Roots

Holy cow! I almost forgot to post today. I had an early work meeting that happened during the time I usually write, and I’ve been running like crazy ever since squeezing in work, shuffling kids around, and cleaning before I go pick up my sister from the airport tonight.

She’s joining us and some (but not all) of my large family at a reunion for my mother’s family. Mom’s descendants equal more than all the other families (and she has 5 siblings) combined. Actually, only three of my five living sisters and one of my five brothers will be there, so a total of five of my mom’s kids will make it this year. She’ll have ten grandkids and one great grandkid at this event.

We’ve always lived on an island when it comes to family. While I have numerous siblings (10 still living which you know if you did the math above) none of them live in the same state as us. My dad died when my son was three and the kids never knew their paternal grandpa. Paternal grandma lives in Texas and they rarely see her. I have little relationship with her or any of my hubby’s family. They’re just not a tight knit clan. I didn’t even meet his two brothers until my oldest was 9 and they’re all on the other side of the country. It’s awkward for me with them and I know that’s lame excuse, so I’ll not even defend myself.

My kids have never had that grandma that lives nearby and spoils them. My mom is one of my heroes. In our house, we don’t say, “what would Jesus do?” but rather, “what would Grandma Jo do?” She has infinite patience, treats everyone with kindness, and at 76 years old, still moves through life with the awe and wonder of a small child. I couldn’t be more grateful for her influence in my life (though she was much more intense and controlling when I was a kid) and on my children’s world, but she’s just not there much. In fact, she’s made it a conscious choice that I think comes naturally for her to never interfere with (or even advise on) her own children’s parenting.

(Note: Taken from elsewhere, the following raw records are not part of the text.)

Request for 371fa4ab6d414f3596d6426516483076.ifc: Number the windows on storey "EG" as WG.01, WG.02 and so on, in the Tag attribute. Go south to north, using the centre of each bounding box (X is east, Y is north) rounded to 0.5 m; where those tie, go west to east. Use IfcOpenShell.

First a look at what the model holds.

```python
import ifcopenshell
import ifcopenshell.util.element
import ifcopenshell.util.placement

model = ifcopenshell.open("371fa4ab6d414f3596d6426516483076.ifc")
print(model.schema)
storey = next(s for s in model.by_type("IfcBuildingStorey") if s.Name == "EG")
windows = [e for e in ifcopenshell.util.element.get_decomposition(storey) if e.is_a("IfcWindow")]
for e in sorted(windows, key=lambda e: e.id()):
    origin = ifcopenshell.util.placement.get_local_placement(e.ObjectPlacement)[:3, 3]
    print(e.id(), e.Tag, e.Name, origin.round(2) + 0.0, sep=" | ")
```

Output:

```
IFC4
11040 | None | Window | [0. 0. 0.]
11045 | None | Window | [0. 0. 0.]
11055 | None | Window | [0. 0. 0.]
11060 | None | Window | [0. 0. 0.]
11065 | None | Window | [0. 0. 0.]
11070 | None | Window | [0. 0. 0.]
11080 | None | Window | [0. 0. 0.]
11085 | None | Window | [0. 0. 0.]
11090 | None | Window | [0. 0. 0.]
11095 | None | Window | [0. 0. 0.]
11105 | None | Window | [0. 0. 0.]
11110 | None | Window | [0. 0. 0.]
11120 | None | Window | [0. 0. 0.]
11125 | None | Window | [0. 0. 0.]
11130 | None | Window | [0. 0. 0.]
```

```python
import ifcopenshell
import ifcopenshell.geom
import ifcopenshell.util.element
import ifcopenshell.util.shape

model = ifcopenshell.open("371fa4ab6d414f3596d6426516483076.ifc")
settings = ifcopenshell.geom.settings()
settings.set("use-world-coords", True)


def centre(element):
    shape = ifcopenshell.geom.create_shape(settings, element)
    return ifcopenshell.util.shape.get_bbox_centroid(shape.geometry)


storey = next(s for s in model.by_type("IfcBuildingStorey") if s.Name == "EG")
windows = [e for e in ifcopenshell.util.element.get_decomposition(storey) if e.is_a("IfcWindow")]

# Insertion points can sit at a corner or the storey origin, so sort by the geometry (in metres).
centres = {e: centre(e) for e in windows}
windows.sort(key=lambda e: (round(centres[e][1] / 0.5), centres[e][0]))

for i, e in enumerate(windows, start=1):
    number = f"WG.{i:02d}"
    e.Tag = number
    print(e.id(), number)

model.write("371fa4ab6d414f3596d6426516483076_rev.ifc")
```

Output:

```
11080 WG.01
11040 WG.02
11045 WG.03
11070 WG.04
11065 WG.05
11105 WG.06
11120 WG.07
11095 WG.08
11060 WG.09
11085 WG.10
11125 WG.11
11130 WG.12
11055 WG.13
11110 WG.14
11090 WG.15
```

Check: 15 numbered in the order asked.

She’s always lived in a neighboring state (first Oregon until she retired just a few months ago, and now Utah) and she has 25 grandchildren and 3 great grandchildren. Lots of benefits to this large family, and my mom does a pretty impressive job of making sure all those kids feel her love, but it’s definitely on me to ensure they get it with enough frequency, and consistency has always been one of my biggest challenges.  I remember thinking how important it was for my kids to feel connected to their roots so several years ago I asked my mom if we could have a phone call each Sunday so she could tell them stories of their recent ancestors. Never took hold.

Now my mom goes where she’s most needed. Back and forth between an Oregon nursing home where my brother’s MS is ravaging his nervous system at an alarming rate and my baby sister’s home in Utah where my BIL, father to the four small children in that house, is fighting a valiant battle with cancer.

All this foundation about family to explain that culture in our home has turned into a tricky thing. My oldest child is intense and prickly. At 15, she epitomizes the moody teen, and while I do what I can to minimize adversity, I’m always amazed at the frequency with which it arises. I used to let her opt out of family gatherings and make other arrangements, but lately, the disconnect from her roots has become painfully obvious.

Mind you, I knew the importance of and made many attempts over the years to create a strong family culture, but my efforts rarely took hold. We have some special traditions (mostly around holidays) but there’s always been resistance to family activities—particularly by the girl, and with me being the only one (at least it seems to me) who really is invested in creating culture, it’s easy to let things go. Then suddenly they’re teens and I’m like, “shit! I meant to do it differently!”

So she’s coming to the reunion. All four family members are coming to the reunion. Hubby suggested we sneak away from the really small town where this annual reunion is always held and where we’ll spend the weekend to go get lunch in nearby Sun Valley, but I shook my head, “no way! This is family time, period.”  

I usually try to send my son to this small town a few days early (he’s actually always eager to go to this reunion—my [not so] little, family-oriented boy) when I can pull it off because he can free range the whole time he’s there, and I do definitely believe our kids need as much of that as we can give them. Didn’t work out this year, and he’ll be traveling with us to get there but while the rest of us will be in a motel, he’ll be hangin’ with his 2nd cousin twice-removed (?).

Essentially he’s been invited to stay at an AirBnB (that was my grandparents house before they both passed the year he was born) with my cousin’s family who has a boy his age with whom my youngest has a tight relationship. Last year my son, 11 at the time, was the only representative from the Justis League at the reunion thanks to a renewed relationship between this particular cousin and his wife (who happened to be one of my best friends in middle school.) We’ve even had the pleasure of visiting them in San Diego a few times over the last 3ish years.

Population: 402; We always joke that our reunion doubles the population of the town (village?) for the weekend. They’ll close down Main Street (pictured) on Saturday night for a street dance.

Having clear boundaries and allowing my kids as much autonomy as I’d like sometimes conflict. I am not always sure how to navigate and I often think myself into paralysis, but I have come to the conclusion that it’s crucially important to know where you come from and be connected to your kin. Did I just say “kin”? Oh boy. I feel like this whole post reads in the Idahoan small town dialect I grew up with. Guess I’m gettin’ ready!